# Text Sentiment Analysis & Entity Extraction using Google Cloud's Natural Language API

## Overview

Google Cloud's Natural Language API is a pretrained ML api that can be used to derive insights from text files. This is an easy to use api that user's can use to quickly perform sentiment from a text string or a document, perform entity extraction and classification as well.

## Objective

This notebook illustrates an example on how to perform sentiment analysis, entity extraction and classification using a text files stored in the cloud storage bucket using api client library. Notebook covers following topics

- API setup
- Analyzing Sentiment
- Analyzing Entities
- Analyzing Entity Sentiment
- Content Classification

## Dataset

I am using `BLIND FATE by Toby Bradley` from [Stories and Fictions](http://www.textfiles.com/stories/) in txt format. This txt file is saved in my project's cloud storage bucket

## Setup Resources

Before you can use Natural Language API, you need a Google cloud project with billing and API enabled. Check [this](https://cloud.google.com/natural-language/docs/setup) page to setup API before use. This page explains how to setup API and authentication before you can use it.

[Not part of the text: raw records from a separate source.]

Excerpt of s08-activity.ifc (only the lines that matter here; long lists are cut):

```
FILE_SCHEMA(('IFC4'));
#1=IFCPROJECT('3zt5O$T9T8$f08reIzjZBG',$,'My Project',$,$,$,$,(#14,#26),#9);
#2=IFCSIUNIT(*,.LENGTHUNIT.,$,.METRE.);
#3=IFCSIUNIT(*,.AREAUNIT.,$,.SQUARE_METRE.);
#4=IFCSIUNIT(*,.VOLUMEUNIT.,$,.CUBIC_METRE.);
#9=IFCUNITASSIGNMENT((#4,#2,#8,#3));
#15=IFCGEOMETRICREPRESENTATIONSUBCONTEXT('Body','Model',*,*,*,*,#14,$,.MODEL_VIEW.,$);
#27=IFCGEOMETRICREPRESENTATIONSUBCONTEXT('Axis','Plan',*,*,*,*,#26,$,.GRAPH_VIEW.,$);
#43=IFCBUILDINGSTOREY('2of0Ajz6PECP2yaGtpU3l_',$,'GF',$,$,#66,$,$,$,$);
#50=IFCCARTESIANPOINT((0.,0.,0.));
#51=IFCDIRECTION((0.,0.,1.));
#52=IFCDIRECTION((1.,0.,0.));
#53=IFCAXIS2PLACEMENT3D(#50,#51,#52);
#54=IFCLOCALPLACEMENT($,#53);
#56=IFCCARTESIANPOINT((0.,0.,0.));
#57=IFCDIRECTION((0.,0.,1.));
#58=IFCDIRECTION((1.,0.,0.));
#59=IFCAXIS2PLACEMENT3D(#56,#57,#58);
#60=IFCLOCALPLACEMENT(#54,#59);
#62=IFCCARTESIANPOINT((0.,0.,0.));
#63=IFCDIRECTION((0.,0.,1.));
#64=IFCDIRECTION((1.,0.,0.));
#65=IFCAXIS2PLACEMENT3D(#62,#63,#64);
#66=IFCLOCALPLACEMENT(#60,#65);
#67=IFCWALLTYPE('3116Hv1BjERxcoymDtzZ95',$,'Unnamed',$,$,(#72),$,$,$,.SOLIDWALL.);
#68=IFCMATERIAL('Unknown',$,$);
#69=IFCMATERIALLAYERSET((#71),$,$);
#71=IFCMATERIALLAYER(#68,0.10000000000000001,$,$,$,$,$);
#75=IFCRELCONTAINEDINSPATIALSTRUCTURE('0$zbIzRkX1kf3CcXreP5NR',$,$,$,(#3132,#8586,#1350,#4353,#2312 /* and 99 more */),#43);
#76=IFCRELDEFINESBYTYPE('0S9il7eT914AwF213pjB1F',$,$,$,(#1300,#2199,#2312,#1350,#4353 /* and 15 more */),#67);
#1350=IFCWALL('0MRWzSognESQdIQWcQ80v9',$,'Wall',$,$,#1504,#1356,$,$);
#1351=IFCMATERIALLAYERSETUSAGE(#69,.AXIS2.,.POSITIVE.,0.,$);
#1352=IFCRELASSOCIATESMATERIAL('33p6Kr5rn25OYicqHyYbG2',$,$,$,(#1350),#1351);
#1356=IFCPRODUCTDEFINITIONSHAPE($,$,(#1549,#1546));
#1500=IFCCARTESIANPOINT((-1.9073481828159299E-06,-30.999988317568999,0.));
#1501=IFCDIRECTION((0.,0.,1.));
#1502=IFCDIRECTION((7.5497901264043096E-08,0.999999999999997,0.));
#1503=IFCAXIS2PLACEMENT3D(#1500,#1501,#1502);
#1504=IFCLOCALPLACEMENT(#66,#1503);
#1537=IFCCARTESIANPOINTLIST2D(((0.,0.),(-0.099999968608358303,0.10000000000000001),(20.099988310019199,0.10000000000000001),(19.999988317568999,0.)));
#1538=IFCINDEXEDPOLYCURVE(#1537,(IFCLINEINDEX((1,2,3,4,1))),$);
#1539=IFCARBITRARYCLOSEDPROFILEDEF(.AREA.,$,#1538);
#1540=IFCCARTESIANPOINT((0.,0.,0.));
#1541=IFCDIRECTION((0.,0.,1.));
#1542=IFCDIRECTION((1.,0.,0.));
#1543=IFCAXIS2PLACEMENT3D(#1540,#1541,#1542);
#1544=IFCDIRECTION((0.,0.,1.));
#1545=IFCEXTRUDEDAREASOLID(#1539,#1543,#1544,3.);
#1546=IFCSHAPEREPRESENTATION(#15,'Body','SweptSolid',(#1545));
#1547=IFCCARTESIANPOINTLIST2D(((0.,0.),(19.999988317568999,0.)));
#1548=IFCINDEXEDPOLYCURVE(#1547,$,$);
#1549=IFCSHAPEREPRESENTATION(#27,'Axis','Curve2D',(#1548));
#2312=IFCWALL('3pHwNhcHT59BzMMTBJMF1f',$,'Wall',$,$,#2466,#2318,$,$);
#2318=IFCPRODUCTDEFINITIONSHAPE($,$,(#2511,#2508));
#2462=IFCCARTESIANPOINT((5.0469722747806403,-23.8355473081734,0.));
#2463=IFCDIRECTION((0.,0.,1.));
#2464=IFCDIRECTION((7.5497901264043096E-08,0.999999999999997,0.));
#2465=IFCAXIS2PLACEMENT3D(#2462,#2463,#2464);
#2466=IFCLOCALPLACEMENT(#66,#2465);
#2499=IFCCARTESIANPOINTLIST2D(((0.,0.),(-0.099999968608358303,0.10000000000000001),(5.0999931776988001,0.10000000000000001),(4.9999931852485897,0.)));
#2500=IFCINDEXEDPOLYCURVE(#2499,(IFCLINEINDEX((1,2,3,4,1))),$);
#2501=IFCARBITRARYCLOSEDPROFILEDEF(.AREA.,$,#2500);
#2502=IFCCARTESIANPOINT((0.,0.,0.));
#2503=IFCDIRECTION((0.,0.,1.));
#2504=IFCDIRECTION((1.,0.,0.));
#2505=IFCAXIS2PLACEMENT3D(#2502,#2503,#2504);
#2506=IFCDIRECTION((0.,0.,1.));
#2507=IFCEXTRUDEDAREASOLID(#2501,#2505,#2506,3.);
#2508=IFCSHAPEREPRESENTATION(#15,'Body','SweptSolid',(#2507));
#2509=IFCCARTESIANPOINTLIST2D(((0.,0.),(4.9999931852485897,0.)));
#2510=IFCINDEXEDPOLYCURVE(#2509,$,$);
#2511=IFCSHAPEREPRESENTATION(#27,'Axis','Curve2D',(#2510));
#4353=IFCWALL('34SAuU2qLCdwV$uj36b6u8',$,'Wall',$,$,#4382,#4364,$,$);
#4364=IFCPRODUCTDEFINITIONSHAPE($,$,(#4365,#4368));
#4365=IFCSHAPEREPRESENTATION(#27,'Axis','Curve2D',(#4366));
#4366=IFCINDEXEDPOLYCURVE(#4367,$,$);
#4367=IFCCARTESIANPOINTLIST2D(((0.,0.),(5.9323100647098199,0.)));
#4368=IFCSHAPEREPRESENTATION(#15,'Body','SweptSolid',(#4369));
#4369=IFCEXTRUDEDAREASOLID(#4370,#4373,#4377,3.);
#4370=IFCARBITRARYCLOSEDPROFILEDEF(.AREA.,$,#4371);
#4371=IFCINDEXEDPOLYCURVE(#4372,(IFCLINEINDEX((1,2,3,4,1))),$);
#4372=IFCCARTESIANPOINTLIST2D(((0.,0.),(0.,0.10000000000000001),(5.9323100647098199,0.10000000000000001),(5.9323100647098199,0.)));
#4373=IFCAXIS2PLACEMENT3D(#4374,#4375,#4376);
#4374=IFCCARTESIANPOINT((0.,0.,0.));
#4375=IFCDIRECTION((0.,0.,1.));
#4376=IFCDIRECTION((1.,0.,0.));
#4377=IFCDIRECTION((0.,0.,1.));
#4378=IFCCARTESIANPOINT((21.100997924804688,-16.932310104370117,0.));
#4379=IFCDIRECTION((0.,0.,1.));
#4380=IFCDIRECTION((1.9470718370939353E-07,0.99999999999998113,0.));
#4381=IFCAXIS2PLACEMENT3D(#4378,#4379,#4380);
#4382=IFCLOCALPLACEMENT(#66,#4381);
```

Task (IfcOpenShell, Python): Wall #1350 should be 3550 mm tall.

```python
import ifcopenshell
import ifcopenshell.geom
import ifcopenshell.util.representation
import ifcopenshell.util.shape
import ifcopenshell.util.unit

model = ifcopenshell.open("s08-activity.ifc")
unit_scale = ifcopenshell.util.unit.calculate_unit_scale(model)
settings = ifcopenshell.geom.settings()


def volume(element):
    """Net volume in cubic metres, openings subtracted."""
    shape = ifcopenshell.geom.create_shape(settings, element)
    return ifcopenshell.util.shape.get_volume(shape.geometry)


wall = model.by_id(1350)
before = volume(wall)

body = ifcopenshell.util.representation.get_representation(wall, "Model", "Body")
solid = body.Items[0]
old_height = solid.Depth
solid.Depth = 3.55 / unit_scale
after = volume(wall)

print(f"height {old_height:g} -> {solid.Depth:g}, volume {before:.3f} -> {after:.3f} m3")

model.write("s08-activity_updated.ifc")
```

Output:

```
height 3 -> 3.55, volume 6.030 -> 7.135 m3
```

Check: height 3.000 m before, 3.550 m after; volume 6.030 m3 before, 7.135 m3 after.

We will be using the Python client library method to call the API. 

### Install packages and libraries

In [1]:
pip install --upgrade google-cloud-language

Note: you may need to restart the kernel to use updated packages.


In [2]:
project = !gcloud config get-value project
PROJECT_ID = project[0]
REGION = "us-central1"
BUCKET_NAME = "<YOUR-BUCKET-NAME>" #REPLACE BUCKET NAME
FILE_PATH = "<path-to-file>/blind_fate.txt" #REPLACE PATH TO FILE 

In [None]:
### Create bucket and upload the file

! gsutil mb -l $REGION -c standard gs://$BUCKET_NAME

! gcloud alpha storage cp $FILE_PATH gs://$BUCKET_NAME/

In [3]:
GCS_FILE_PATH = f"gs://{BUCKET_NAME}/{FILE_PATH}"

Reading file content

In [4]:
from google.cloud import storage

BUCKET_NAME = "go-pnishit-assets"
client = storage.Client()
bucket = client.get_bucket(BUCKET_NAME)

blob = bucket.get_blob('AI-ML/01-prebuilt-ml-apis/blind_fate.txt')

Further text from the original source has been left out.